Алексей Биргер – Николай Языков: биография поэта (страница 26)
Близко сошелся Языков и с братом Марии, Петром Николаевичем. Когда тот собрался в Петербург, Языков не раз хлопочет и напоминает в письмах братьям, чтобы они приняли Петра Дирина как можно радушнее.
Сама Мария Дирина, по всему, что о ней известно, была девушкой скромной, простой в обращении, и при этом очень чуткой, с тонким вкусом и великолепным образованием. Языков увлекся ей и вписал в ее альбом много стихов.

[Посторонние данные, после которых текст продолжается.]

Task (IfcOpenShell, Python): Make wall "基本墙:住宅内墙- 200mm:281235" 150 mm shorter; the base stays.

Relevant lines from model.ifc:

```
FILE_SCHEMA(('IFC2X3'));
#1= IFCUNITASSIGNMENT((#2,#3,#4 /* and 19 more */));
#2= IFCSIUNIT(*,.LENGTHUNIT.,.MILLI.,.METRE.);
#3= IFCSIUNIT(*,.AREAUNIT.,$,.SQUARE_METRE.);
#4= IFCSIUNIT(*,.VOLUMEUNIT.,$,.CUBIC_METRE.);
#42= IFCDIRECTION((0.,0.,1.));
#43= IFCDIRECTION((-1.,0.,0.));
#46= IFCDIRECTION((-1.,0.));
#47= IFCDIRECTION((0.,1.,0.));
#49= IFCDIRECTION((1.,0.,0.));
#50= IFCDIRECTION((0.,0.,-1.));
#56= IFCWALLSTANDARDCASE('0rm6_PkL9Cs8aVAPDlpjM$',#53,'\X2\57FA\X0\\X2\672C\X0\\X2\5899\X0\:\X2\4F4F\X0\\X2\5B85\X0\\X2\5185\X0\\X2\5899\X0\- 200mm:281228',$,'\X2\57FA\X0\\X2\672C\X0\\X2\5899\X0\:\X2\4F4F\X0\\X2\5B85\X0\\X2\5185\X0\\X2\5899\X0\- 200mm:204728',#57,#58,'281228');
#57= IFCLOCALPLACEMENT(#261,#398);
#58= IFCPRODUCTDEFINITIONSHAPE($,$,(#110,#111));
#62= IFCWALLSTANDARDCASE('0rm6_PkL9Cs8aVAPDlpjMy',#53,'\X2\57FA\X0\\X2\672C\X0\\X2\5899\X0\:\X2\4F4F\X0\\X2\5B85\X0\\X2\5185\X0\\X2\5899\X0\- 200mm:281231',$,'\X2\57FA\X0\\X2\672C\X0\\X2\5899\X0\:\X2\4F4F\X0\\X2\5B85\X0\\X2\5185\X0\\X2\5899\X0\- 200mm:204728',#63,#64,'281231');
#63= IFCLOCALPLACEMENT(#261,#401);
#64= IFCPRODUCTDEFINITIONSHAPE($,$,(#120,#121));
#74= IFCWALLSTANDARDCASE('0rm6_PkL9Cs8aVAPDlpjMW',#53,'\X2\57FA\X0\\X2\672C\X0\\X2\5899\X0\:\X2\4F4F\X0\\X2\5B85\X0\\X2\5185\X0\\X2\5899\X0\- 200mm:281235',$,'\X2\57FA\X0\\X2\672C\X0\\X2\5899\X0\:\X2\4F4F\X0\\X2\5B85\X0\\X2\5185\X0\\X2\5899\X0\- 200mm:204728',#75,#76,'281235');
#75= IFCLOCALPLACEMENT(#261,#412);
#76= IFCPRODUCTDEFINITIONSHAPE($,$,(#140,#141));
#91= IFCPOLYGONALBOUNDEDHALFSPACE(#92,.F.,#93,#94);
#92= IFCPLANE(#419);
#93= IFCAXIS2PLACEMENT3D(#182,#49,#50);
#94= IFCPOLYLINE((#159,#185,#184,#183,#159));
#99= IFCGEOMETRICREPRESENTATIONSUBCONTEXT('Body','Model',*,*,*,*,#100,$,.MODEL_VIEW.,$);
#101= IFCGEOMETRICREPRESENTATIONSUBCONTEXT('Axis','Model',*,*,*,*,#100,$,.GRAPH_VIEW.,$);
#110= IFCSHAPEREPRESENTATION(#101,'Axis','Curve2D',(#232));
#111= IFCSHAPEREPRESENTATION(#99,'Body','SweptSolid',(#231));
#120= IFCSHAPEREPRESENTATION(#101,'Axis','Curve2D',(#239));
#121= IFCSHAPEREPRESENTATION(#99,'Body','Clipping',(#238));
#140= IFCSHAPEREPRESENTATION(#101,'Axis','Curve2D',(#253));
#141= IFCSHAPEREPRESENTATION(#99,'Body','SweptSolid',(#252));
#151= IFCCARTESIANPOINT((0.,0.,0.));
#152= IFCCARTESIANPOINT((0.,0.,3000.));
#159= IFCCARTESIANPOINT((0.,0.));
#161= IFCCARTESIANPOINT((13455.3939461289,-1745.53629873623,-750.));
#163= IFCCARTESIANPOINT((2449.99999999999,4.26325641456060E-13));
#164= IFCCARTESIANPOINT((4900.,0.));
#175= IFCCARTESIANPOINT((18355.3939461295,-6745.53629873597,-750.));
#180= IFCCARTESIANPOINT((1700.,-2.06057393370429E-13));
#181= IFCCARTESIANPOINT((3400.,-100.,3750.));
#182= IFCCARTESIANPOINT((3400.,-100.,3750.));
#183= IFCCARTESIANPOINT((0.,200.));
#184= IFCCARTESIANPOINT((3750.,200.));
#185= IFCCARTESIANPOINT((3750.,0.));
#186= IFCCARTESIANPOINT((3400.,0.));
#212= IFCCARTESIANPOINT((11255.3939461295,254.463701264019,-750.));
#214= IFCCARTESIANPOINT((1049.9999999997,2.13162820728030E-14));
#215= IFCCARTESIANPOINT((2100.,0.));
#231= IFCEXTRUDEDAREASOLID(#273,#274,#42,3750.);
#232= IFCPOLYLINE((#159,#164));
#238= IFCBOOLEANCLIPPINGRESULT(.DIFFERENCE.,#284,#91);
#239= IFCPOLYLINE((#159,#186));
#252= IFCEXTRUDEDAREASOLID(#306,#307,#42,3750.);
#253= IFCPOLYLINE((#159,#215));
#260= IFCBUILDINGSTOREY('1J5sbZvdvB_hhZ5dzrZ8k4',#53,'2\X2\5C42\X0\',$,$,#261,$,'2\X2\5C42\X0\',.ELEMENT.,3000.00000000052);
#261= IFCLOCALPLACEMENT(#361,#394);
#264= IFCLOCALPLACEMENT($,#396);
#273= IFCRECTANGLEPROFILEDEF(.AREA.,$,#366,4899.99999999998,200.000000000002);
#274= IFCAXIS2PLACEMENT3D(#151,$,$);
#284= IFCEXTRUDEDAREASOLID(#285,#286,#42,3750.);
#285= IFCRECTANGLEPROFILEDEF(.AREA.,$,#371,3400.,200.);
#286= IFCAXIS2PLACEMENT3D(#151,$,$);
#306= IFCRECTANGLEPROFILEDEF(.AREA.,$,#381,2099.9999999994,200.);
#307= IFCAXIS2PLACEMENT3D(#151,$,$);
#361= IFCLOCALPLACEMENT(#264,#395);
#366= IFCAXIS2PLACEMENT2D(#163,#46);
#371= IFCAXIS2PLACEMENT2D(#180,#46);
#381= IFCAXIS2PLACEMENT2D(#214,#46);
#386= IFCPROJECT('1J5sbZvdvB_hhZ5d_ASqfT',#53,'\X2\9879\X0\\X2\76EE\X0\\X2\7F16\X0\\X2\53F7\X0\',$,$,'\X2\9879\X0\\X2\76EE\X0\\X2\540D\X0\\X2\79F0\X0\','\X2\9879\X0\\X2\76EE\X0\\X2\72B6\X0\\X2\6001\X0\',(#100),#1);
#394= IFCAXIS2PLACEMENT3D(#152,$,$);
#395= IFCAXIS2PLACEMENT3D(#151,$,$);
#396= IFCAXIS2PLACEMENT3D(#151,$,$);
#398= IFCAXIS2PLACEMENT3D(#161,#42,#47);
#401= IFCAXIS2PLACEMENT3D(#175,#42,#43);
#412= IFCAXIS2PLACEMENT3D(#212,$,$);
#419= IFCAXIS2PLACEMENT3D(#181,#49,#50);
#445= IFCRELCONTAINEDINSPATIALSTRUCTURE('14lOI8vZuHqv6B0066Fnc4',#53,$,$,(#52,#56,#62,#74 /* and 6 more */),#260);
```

```python
import ifcopenshell
import ifcopenshell.geom
import ifcopenshell.util.representation
import ifcopenshell.util.shape

model = ifcopenshell.open("model.ifc")
settings = ifcopenshell.geom.settings()


def volume(element):
    """Net volume in cubic metres, openings subtracted."""
    shape = ifcopenshell.geom.create_shape(settings, element)
    return ifcopenshell.util.shape.get_volume(shape.geometry)


wall = model.by_guid("0rm6_PkL9Cs8aVAPDlpjMW")
before = volume(wall)

body = ifcopenshell.util.representation.get_representation(wall, "Model", "Body")
solid = body.Items[0]
old_height = solid.Depth
solid.Depth -= 150.0
after = volume(wall)

print(f"height {old_height:g} -> {solid.Depth:g}, volume {before:.3f} -> {after:.3f} m3")

model.write("model_rev.ifc")
```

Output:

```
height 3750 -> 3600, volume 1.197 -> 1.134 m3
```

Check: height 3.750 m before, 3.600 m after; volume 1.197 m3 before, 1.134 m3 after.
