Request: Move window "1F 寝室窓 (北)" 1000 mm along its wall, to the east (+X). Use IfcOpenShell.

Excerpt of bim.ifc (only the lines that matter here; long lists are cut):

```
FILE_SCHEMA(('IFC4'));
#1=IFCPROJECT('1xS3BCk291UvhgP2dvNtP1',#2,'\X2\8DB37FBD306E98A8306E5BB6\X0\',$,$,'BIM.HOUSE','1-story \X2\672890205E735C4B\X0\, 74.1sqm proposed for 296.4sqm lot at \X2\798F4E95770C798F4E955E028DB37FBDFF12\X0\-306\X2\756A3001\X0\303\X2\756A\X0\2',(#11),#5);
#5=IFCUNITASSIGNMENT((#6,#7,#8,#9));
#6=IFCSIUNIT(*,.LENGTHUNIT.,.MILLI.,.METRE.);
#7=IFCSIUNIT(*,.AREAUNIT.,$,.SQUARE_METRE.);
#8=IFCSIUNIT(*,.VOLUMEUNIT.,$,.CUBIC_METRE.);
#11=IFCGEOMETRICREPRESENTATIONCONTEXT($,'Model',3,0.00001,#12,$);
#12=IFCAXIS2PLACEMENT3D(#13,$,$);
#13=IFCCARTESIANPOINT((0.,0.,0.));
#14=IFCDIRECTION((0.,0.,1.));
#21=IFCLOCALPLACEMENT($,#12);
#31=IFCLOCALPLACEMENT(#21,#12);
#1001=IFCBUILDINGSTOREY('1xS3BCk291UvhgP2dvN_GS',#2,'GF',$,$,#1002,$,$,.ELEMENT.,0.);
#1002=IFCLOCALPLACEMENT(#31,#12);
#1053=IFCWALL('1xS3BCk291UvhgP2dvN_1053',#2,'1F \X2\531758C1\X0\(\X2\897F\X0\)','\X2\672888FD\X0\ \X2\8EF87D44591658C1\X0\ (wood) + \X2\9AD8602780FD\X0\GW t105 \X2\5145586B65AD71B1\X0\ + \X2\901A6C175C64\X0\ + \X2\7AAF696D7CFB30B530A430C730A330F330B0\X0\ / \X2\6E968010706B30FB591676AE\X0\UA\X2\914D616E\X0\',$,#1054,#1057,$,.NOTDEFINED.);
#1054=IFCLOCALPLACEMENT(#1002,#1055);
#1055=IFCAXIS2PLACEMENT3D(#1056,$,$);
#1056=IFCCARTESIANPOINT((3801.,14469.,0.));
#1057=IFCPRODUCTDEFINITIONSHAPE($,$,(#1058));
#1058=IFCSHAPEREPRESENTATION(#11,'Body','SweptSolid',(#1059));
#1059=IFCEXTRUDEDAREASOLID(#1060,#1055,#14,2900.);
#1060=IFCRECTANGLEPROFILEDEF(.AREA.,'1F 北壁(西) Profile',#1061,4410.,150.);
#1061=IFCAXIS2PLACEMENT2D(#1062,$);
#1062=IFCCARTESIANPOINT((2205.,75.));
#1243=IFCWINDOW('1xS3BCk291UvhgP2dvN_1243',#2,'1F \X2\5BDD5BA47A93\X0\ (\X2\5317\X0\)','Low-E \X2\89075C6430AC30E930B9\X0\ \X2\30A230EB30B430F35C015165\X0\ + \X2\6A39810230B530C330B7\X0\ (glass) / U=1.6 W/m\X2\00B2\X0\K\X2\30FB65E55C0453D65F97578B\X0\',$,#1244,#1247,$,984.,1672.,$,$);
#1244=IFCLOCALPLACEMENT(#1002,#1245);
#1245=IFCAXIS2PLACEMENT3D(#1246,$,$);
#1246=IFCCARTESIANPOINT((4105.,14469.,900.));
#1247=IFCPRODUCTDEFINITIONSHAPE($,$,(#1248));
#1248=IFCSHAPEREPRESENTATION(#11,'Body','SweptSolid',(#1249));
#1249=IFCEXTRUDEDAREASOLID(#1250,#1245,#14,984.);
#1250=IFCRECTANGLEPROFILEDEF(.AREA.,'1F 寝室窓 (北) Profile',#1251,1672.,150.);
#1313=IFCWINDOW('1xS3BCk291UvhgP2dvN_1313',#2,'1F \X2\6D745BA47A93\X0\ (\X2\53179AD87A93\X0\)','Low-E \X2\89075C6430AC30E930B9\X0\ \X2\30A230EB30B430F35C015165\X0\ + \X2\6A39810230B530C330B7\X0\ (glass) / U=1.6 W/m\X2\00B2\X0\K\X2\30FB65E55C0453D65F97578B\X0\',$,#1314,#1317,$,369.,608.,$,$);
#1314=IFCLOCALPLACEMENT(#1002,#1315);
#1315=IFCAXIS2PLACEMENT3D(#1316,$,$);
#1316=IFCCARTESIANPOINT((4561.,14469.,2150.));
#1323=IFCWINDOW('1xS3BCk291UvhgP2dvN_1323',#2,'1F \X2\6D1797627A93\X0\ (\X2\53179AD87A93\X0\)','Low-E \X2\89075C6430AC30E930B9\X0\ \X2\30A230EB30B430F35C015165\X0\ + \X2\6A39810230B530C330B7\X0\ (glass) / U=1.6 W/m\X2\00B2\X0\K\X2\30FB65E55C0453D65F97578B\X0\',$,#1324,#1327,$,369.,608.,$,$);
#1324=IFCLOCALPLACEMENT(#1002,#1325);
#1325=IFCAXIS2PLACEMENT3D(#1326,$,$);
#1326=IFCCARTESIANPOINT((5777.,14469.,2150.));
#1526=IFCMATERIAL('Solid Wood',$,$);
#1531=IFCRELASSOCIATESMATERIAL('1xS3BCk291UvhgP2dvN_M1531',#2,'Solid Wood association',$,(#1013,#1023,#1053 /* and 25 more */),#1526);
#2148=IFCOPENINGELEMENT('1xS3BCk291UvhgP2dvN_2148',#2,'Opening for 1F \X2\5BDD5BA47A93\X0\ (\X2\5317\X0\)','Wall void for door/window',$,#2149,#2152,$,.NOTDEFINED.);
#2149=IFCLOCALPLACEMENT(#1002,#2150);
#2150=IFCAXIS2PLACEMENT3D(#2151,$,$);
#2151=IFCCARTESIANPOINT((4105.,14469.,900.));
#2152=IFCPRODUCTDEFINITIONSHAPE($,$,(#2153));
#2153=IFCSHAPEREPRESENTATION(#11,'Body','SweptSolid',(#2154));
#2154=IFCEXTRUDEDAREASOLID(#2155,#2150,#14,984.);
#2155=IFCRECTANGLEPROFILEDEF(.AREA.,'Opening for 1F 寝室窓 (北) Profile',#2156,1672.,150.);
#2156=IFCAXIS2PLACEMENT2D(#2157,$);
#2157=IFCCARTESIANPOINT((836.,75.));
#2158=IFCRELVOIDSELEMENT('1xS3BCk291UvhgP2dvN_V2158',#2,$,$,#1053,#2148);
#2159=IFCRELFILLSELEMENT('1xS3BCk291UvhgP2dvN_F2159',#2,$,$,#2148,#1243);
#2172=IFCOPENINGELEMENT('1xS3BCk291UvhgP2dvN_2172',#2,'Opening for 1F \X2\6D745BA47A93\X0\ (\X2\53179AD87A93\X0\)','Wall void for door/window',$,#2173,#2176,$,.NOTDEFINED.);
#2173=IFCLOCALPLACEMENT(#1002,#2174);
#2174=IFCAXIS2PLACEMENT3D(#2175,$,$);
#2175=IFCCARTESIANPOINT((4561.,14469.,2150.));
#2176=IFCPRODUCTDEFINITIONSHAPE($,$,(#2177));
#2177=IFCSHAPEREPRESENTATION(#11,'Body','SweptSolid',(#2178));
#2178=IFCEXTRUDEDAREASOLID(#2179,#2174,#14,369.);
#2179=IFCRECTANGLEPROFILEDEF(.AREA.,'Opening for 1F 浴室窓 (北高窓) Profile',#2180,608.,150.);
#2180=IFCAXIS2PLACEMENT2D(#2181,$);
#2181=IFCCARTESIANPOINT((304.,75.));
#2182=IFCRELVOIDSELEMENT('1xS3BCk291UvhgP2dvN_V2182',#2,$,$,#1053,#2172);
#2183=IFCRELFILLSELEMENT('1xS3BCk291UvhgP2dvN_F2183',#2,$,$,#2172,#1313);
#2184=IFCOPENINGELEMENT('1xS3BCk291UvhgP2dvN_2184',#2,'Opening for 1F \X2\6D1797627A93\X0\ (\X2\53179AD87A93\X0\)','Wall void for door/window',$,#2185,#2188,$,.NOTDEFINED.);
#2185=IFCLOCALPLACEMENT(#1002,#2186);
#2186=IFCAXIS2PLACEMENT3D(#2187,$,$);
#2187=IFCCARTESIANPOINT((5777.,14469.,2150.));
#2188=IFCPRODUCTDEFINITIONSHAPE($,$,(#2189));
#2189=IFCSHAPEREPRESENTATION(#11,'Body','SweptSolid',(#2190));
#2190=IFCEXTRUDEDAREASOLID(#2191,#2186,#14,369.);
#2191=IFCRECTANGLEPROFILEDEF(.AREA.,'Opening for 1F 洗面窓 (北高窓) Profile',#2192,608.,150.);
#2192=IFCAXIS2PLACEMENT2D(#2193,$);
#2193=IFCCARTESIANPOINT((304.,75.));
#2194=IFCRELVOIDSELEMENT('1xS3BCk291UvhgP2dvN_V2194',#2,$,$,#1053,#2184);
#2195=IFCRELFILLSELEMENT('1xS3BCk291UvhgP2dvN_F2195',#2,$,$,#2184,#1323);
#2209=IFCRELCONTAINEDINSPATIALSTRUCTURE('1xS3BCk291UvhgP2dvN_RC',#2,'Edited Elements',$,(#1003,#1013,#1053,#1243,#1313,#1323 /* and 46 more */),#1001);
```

```python
import ifcopenshell
import ifcopenshell.api.geometry
import ifcopenshell.util.placement
import ifcopenshell.util.unit

model = ifcopenshell.open("bim.ifc")
unit_scale = ifcopenshell.util.unit.calculate_unit_scale(model)

window = model.by_guid("1xS3BCk291UvhgP2dvN_1243")
opening = window.FillsVoids[0].RelatingOpeningElement
wall = opening.VoidsElements[0].RelatingBuildingElement

wall_matrix = ifcopenshell.util.placement.get_local_placement(wall.ObjectPlacement)
shift = wall_matrix[:3, 0] * 1 / unit_scale
before = ifcopenshell.util.placement.get_local_placement(window.ObjectPlacement)[:3, 3].copy()

# The window is not placed relative to its opening, so move both.
for product in (opening, window):
    matrix = ifcopenshell.util.placement.get_local_placement(product.ObjectPlacement)
    matrix[:3, 3] += shift
    ifcopenshell.api.geometry.edit_object_placement(model, product=product, matrix=matrix, is_si=False)

after = ifcopenshell.util.placement.get_local_placement(window.ObjectPlacement)[:3, 3]
print("window moved by", (after - before).round(3) + 0.0)

model.write("bim_rev.ifc")
```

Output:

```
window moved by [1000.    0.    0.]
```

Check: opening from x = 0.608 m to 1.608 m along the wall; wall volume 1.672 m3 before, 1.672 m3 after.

Он несколько раз готов был сделать ей предложение – и каждый раз вмешивались те или иные обстоятельства… А так, кто знает… Во всяком случае, ее замужество – в 1827 году она вышла замуж за профессора Дерптского университета фон Рейца – он пережил чуть ли не как трагедию.
А в письмах к братьям он несколько раз жаловался, что Воейкова, похоже, специально оттесняет его от Дириной, старается развести их подальше друг от друга, ведет себя так, что Дирина начинает чувствовать себя в тени, подавленной и «поставленной на место» и сама старается отойти подальше. Воейкова, к недоумению и возмущению Языкова, забирает у Дириной альбом с его новыми стихами и переписывает их все в свой альбом, хотя они ей совсем не предназначались… Лишь когда Воейкова отбывает, Дирина немного оживает.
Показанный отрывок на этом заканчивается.